#MeToo Anti-Network is a platform that analyzes and looks more closely at the content of tweets under the hashtag #MeToo published on Twitter. The interactive website has an exciting graphic design and provides easy access to this important topic. The website was published on November 22nd, 2021, concerning the International Day for the Elimination of Violence against Women on November 25th.
Cosmologists say that most of the universe is structured by antimatter. We postulate that social media is similarly structured by effects of the unobserved discourse and experience. The backbone of a movement such as #MeToo is not based on the most-liked and most-retweeted, but by the masses of unobserved tweets. Vast numbers of #MeToo tweets that had no retweets and no likes nonetheless constituted acts of quiet testimony or unassuming solidarity. Conventional measures of network science thus fail to capture the true relevance of #MeToo. As Black feminist Patricia Hill Collins says, “Most activism is brought about by ordinary people like ourselves.”
From a random selection of one million #MeToo tweets, they read through all examples with more than 100 retweets. Only eight out of the 894 tweets are actual tweets about sexual assault or experiences around the topic of #MeToo. Of the rest, the vast majority are news media posts and political (trolling) discussions, most of them neglecting the specific issues and survivor voices at the heart of the MeToo movement.

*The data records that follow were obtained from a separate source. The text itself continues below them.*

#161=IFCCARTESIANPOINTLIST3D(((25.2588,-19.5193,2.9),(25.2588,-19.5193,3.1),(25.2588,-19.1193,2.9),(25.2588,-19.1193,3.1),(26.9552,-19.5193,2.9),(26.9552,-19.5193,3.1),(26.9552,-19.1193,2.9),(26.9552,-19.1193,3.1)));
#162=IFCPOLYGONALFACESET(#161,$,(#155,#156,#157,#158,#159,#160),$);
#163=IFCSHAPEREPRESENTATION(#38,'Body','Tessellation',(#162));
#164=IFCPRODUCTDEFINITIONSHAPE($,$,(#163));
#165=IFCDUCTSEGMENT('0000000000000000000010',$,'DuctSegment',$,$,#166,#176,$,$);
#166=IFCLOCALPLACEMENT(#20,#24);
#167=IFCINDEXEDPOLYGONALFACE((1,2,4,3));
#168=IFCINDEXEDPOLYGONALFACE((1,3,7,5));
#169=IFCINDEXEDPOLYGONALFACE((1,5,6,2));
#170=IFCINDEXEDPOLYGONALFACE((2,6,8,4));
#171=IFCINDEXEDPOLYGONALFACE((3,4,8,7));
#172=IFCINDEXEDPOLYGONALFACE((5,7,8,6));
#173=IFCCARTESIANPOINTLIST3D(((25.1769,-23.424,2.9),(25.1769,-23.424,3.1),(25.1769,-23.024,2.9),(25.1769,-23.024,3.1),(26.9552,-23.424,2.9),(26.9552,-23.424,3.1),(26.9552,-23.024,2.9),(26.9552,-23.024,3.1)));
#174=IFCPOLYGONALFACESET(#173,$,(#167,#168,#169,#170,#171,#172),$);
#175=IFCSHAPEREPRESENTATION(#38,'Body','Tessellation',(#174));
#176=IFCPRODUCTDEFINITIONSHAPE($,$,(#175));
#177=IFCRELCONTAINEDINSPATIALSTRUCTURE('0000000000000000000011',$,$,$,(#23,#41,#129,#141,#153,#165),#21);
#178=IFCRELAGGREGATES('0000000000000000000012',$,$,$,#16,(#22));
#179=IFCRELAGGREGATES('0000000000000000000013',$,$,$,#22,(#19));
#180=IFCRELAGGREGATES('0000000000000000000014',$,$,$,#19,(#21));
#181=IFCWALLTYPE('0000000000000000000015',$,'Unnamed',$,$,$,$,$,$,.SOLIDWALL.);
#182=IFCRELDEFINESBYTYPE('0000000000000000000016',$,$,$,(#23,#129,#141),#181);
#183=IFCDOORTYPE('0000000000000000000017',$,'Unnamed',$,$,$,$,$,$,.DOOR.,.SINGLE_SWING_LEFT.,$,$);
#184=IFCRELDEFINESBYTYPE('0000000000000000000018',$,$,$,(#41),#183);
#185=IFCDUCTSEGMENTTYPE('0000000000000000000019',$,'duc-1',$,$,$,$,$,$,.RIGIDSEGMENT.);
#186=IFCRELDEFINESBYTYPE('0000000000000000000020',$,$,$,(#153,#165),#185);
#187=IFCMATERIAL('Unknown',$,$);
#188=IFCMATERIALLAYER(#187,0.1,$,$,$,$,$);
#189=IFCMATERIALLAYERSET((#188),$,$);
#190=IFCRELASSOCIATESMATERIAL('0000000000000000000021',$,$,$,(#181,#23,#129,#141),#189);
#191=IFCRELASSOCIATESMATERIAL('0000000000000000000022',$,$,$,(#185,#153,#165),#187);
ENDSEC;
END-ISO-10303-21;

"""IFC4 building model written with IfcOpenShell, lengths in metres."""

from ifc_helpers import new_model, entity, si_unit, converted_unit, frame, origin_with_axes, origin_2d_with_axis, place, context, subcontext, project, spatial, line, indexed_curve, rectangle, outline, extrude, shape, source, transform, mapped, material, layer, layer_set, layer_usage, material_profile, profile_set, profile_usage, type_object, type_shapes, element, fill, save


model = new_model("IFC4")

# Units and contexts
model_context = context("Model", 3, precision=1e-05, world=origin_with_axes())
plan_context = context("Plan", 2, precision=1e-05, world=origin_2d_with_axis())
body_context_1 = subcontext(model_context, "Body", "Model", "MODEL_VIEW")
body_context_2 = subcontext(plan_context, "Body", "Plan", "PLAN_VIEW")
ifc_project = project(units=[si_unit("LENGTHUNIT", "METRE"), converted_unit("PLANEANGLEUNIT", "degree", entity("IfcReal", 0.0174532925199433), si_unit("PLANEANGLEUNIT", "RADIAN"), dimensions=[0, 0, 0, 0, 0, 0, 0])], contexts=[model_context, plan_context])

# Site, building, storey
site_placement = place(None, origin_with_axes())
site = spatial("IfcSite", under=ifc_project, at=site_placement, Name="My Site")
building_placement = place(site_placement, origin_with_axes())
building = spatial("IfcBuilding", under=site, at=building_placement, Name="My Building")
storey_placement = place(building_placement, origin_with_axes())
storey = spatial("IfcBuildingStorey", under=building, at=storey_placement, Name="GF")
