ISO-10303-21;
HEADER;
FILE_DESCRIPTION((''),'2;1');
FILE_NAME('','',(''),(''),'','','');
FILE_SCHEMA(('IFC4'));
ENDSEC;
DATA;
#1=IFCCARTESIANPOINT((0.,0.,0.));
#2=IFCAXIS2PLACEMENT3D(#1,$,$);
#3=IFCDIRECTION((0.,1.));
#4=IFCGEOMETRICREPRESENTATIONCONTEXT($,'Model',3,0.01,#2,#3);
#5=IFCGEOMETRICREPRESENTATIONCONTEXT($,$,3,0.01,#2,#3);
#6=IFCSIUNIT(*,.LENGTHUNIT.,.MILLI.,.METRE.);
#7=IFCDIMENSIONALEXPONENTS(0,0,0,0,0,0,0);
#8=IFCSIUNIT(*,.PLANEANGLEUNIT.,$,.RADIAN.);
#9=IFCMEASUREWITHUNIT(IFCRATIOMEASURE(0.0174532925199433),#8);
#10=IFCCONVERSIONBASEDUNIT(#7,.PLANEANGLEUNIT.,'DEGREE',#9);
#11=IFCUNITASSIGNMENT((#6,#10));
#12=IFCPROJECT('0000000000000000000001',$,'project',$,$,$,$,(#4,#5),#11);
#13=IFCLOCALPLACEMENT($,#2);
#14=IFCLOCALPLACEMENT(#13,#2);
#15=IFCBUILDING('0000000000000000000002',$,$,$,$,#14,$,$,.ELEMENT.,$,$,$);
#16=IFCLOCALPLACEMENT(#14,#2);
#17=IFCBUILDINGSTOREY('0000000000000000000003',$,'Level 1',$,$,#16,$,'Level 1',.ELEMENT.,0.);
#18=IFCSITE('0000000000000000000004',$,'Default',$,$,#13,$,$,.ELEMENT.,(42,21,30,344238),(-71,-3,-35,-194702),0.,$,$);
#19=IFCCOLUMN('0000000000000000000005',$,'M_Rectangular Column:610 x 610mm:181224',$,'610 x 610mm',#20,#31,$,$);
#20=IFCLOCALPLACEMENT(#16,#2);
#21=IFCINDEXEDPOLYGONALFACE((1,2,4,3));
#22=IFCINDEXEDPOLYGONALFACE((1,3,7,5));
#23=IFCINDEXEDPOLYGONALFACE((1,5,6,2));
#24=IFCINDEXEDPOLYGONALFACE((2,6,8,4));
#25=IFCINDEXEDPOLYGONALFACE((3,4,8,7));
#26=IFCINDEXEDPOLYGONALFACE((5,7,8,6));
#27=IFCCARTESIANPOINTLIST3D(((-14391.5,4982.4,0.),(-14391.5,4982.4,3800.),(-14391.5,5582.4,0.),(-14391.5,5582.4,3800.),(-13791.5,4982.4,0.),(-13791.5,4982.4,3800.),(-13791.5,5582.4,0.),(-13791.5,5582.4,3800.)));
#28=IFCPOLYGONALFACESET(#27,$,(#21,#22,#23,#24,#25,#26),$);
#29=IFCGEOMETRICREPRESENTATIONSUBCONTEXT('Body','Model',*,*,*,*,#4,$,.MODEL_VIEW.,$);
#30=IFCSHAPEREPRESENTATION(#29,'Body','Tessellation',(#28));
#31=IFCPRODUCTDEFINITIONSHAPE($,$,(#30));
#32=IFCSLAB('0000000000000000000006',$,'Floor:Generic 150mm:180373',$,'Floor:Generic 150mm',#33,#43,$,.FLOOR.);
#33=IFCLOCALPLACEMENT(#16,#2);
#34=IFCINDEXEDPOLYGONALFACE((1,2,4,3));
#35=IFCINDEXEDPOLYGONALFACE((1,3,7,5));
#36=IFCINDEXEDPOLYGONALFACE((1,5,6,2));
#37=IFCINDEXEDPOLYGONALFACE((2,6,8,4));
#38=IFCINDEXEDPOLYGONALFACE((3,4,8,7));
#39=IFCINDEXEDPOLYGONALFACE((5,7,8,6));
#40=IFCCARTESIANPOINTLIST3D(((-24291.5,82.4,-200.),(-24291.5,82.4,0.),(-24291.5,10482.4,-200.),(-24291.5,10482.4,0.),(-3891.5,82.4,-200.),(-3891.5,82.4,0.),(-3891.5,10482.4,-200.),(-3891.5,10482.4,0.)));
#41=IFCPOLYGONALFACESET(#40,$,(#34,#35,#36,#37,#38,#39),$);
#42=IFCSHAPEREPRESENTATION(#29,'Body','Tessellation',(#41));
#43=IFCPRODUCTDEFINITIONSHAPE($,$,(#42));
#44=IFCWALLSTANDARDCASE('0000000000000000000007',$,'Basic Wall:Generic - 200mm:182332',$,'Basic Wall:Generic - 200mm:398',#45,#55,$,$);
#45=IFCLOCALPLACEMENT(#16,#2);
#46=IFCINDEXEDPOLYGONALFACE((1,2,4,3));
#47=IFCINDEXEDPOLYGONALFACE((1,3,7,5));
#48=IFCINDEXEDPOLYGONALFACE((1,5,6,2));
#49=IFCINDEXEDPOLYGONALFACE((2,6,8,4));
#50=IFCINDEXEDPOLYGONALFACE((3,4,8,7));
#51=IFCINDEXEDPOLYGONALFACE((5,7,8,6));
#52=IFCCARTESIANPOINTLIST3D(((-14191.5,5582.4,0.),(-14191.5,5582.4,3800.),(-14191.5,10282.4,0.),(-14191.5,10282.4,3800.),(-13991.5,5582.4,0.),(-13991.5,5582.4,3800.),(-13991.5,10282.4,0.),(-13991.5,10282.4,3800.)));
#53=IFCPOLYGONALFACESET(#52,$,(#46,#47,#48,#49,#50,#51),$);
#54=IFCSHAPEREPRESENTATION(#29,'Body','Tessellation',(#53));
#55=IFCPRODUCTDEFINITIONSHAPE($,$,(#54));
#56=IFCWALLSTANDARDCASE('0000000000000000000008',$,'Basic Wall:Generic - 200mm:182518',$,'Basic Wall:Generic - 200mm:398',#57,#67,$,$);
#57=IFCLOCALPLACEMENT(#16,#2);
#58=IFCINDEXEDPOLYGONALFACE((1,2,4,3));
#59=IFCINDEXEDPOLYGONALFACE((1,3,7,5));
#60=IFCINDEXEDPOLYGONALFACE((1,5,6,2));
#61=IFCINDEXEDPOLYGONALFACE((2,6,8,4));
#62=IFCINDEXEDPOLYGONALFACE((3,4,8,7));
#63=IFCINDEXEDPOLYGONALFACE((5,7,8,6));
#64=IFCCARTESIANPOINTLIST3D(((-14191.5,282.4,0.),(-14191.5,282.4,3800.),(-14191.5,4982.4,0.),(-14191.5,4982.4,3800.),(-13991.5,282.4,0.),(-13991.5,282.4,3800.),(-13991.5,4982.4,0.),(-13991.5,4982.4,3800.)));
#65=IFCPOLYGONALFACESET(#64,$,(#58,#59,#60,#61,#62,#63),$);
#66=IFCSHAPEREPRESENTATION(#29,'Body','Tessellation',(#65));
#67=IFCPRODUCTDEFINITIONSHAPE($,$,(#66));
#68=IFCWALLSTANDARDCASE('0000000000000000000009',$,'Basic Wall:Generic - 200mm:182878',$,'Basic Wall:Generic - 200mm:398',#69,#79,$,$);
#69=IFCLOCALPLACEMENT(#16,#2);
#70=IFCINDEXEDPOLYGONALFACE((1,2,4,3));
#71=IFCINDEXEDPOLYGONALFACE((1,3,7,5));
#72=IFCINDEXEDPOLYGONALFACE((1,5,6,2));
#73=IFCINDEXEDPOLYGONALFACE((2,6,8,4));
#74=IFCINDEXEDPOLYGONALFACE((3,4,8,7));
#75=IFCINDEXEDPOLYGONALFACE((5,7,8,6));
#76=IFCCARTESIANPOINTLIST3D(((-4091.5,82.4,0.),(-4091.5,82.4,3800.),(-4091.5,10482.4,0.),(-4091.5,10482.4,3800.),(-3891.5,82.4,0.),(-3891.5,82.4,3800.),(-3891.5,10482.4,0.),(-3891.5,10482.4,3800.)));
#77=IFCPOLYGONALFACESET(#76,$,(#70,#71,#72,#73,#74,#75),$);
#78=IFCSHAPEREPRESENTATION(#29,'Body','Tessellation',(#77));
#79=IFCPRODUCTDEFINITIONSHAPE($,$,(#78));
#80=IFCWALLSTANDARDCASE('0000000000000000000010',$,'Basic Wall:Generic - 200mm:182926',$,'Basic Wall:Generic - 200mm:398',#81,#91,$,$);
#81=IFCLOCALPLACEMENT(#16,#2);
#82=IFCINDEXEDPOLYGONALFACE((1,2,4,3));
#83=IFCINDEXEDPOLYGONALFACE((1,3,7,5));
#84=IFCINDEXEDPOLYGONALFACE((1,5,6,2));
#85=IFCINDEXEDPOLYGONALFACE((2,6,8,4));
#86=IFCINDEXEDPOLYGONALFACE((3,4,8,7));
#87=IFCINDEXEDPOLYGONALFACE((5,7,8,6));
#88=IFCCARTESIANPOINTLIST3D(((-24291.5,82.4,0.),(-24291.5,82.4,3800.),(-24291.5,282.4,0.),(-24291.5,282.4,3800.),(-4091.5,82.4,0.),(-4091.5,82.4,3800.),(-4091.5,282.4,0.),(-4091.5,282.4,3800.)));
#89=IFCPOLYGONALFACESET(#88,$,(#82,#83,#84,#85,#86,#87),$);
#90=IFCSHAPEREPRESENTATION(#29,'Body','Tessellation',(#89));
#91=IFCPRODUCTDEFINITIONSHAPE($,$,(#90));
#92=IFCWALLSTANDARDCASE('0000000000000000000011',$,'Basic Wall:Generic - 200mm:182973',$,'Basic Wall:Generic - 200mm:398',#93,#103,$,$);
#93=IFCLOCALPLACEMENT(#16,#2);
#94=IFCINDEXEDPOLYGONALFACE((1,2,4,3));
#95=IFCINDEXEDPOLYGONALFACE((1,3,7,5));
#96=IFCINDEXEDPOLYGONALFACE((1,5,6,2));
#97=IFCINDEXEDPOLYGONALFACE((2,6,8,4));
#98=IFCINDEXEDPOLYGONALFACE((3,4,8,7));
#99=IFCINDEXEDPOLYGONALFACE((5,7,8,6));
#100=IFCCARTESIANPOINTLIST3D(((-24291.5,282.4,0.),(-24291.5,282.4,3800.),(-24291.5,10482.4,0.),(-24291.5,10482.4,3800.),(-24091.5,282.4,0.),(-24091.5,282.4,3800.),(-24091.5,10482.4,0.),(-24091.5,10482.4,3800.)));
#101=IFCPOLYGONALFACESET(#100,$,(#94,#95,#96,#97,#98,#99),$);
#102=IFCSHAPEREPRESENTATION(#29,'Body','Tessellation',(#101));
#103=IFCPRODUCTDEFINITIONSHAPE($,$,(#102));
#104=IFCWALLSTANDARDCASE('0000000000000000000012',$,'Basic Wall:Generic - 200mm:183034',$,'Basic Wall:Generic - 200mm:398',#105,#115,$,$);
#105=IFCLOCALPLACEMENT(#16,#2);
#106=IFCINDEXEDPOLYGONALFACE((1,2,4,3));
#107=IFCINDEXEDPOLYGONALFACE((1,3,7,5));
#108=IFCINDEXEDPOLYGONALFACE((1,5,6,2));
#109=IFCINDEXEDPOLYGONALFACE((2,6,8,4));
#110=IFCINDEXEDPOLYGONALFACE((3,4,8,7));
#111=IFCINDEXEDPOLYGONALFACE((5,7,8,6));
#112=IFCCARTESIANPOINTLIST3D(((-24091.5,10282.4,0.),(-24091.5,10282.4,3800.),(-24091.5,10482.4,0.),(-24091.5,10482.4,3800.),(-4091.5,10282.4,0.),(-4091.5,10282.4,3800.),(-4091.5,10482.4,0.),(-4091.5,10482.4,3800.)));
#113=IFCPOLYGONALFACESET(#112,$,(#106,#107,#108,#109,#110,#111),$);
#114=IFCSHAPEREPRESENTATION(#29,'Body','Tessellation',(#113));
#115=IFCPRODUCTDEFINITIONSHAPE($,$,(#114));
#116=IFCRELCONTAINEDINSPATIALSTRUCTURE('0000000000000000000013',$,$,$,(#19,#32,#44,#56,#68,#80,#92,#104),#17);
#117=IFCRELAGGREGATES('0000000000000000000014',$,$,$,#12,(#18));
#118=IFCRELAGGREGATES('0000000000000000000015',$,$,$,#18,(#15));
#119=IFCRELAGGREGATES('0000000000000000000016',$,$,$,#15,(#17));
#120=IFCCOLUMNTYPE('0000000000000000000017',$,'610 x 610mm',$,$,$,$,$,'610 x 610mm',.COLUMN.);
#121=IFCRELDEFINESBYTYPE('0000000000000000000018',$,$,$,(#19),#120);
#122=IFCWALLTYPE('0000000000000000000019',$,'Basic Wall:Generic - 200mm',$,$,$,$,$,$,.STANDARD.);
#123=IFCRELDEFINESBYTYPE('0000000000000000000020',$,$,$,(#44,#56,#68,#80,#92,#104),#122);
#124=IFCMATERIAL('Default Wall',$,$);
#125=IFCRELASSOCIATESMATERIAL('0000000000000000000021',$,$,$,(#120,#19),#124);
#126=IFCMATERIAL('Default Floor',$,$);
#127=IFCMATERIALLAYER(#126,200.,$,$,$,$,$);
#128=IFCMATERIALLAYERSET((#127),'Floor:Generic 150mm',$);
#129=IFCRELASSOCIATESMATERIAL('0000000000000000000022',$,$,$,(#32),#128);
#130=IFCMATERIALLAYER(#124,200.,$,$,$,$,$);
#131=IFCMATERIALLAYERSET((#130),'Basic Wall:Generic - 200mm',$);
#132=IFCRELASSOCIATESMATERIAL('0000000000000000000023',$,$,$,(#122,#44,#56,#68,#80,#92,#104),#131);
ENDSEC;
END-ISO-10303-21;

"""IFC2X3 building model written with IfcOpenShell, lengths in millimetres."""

from ifc_helpers import new_model, entity, si_unit, converted_unit, direction, frame, frame_2d, origin, origin_2d_with_axis, place, context, subcontext, project, spatial, rectangle, extrude, source, transform, mapped, material, layer, layer_set, layer_usage, type_object, type_shapes, element, save


model = new_model("IFC2X3")

# Units and contexts
model_context = context("Model", 3, precision=0.01, world=origin(), true_north=direction((0.0, 1.0)))
context_of_model = context(None, 3, precision=0.01, world=origin(), true_north=direction((0.0, 1.0)))
body_context = subcontext(model_context, "Body", "Model", "MODEL_VIEW")
ifc_project = project(units=[si_unit("LENGTHUNIT", "METRE", prefix="MILLI"), converted_unit("PLANEANGLEUNIT", "DEGREE", entity("IfcRatioMeasure", 0.0174532925199433), si_unit("PLANEANGLEUNIT", "RADIAN"), dimensions=[0, 0, 0, 0, 0, 0, 0])], contexts=[model_context, context_of_model])

# Site, building, storey
site_placement = place(None, origin())
site = spatial("IfcSite", under=ifc_project, at=site_placement, Name="Default", CompositionType="ELEMENT", RefLatitude=(42, 21, 30, 344238), RefLongitude=(-71, -3, -35, -194702), RefElevation=0.0)
building_placement = place(site_placement, origin())
building = spatial("IfcBuilding", under=site, at=building_placement, CompositionType="ELEMENT")
storey_placement = place(building_placement, origin())
storey = spatial("IfcBuildingStorey", under=building, at=storey_placement, Name="Level 1", LongName="Level 1", CompositionType="ELEMENT", Elevation=0.0)

# Column
ifc_material_1 = material(Name="Default Wall")
column_type = type_object("IfcColumnType", Name="610 x 610mm", ElementType="610 x 610mm", PredefinedType="COLUMN", material=ifc_material_1)
shared_shape = source(origin(), body_context, "Body", "SweptSolid", [
    extrude(rectangle(XDim=600.0, YDim=600.0, at=frame_2d((0.0, 0.0), x_axis=(1.0, 0.0))), frame((-14091.5, 5282.4, 0.0), z_axis=(0.0, 0.0, 1.0), x_axis=(-1.0, 0.0, 0.0)), (0.0, 0.0, 1.0), 3800.0),
])
type_shapes(column_type, [shared_shape])
column_placement = place(storey_placement, origin())
element("IfcColumn", 1, at=column_placement, inside=storey, type_object=column_type, material=ifc_material_1, Name="M_Rectangular Column:610 x 610mm:181224", ObjectType="610 x 610mm", context=body_context, shape_type="MappedRepresentation", body=[
    mapped(shared_shape, transform((0.0, 0.0, 0.0), scale=1.0)),
])

# Slab
ifc_material_2 = material(Name="Default Floor")
ifc_layer_1 = layer(ifc_material_2, 200.0)
ifc_layer_set_1 = layer_set([ifc_layer_1], Name="Floor:Generic 150mm")
ifc_layer_usage_1 = layer_usage(ifc_layer_set_1, "AXIS3", "POSITIVE", 0.0)
slab_placement = place(storey_placement, origin())
element("IfcSlab", 2, at=slab_placement, inside=storey, material=ifc_layer_usage_1, Name="Floor:Generic 150mm:180373", ObjectType="Floor:Generic 150mm", PredefinedType="FLOOR", context=body_context, shape_type="SweptSolid", body=[
    extrude(rectangle(XDim=10400.0, YDim=20400.0, at=origin_2d_with_axis()), frame((-14091.5, 5282.4, 0.0), z_axis=(0.0, 0.0, -1.0), x_axis=(0.0, 1.0, 0.0)), (0.0, 0.0, 1.0), 200.0),
])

From a distance, the graphics appear as abstract diagrams, similar to Bridget Riley’s work. Each line contains a powerful request for a reordering of power within society. They present an opportunity to engage with each request—from individual people at individual moments within a collective movement that is not over. #MeToo is urgent, #InvisibleNoMore is urgent, #BelieveBlackWomen is urgent, #MMIWG2S is urgent, #SayHerName is urgent. We are still living in a crisis of sexual violence. So you are invited to ditch the networked metrics and listen.
#MeToo Anti-Network is a project by Kim Albrecht with textual and conceptual support from Catherine D’Ignazio, Cole Martin, and Matthew Battles. Supported by metaLAB (at) Harvard, Schlesinger Library, and the Harvard Data Science Initiative.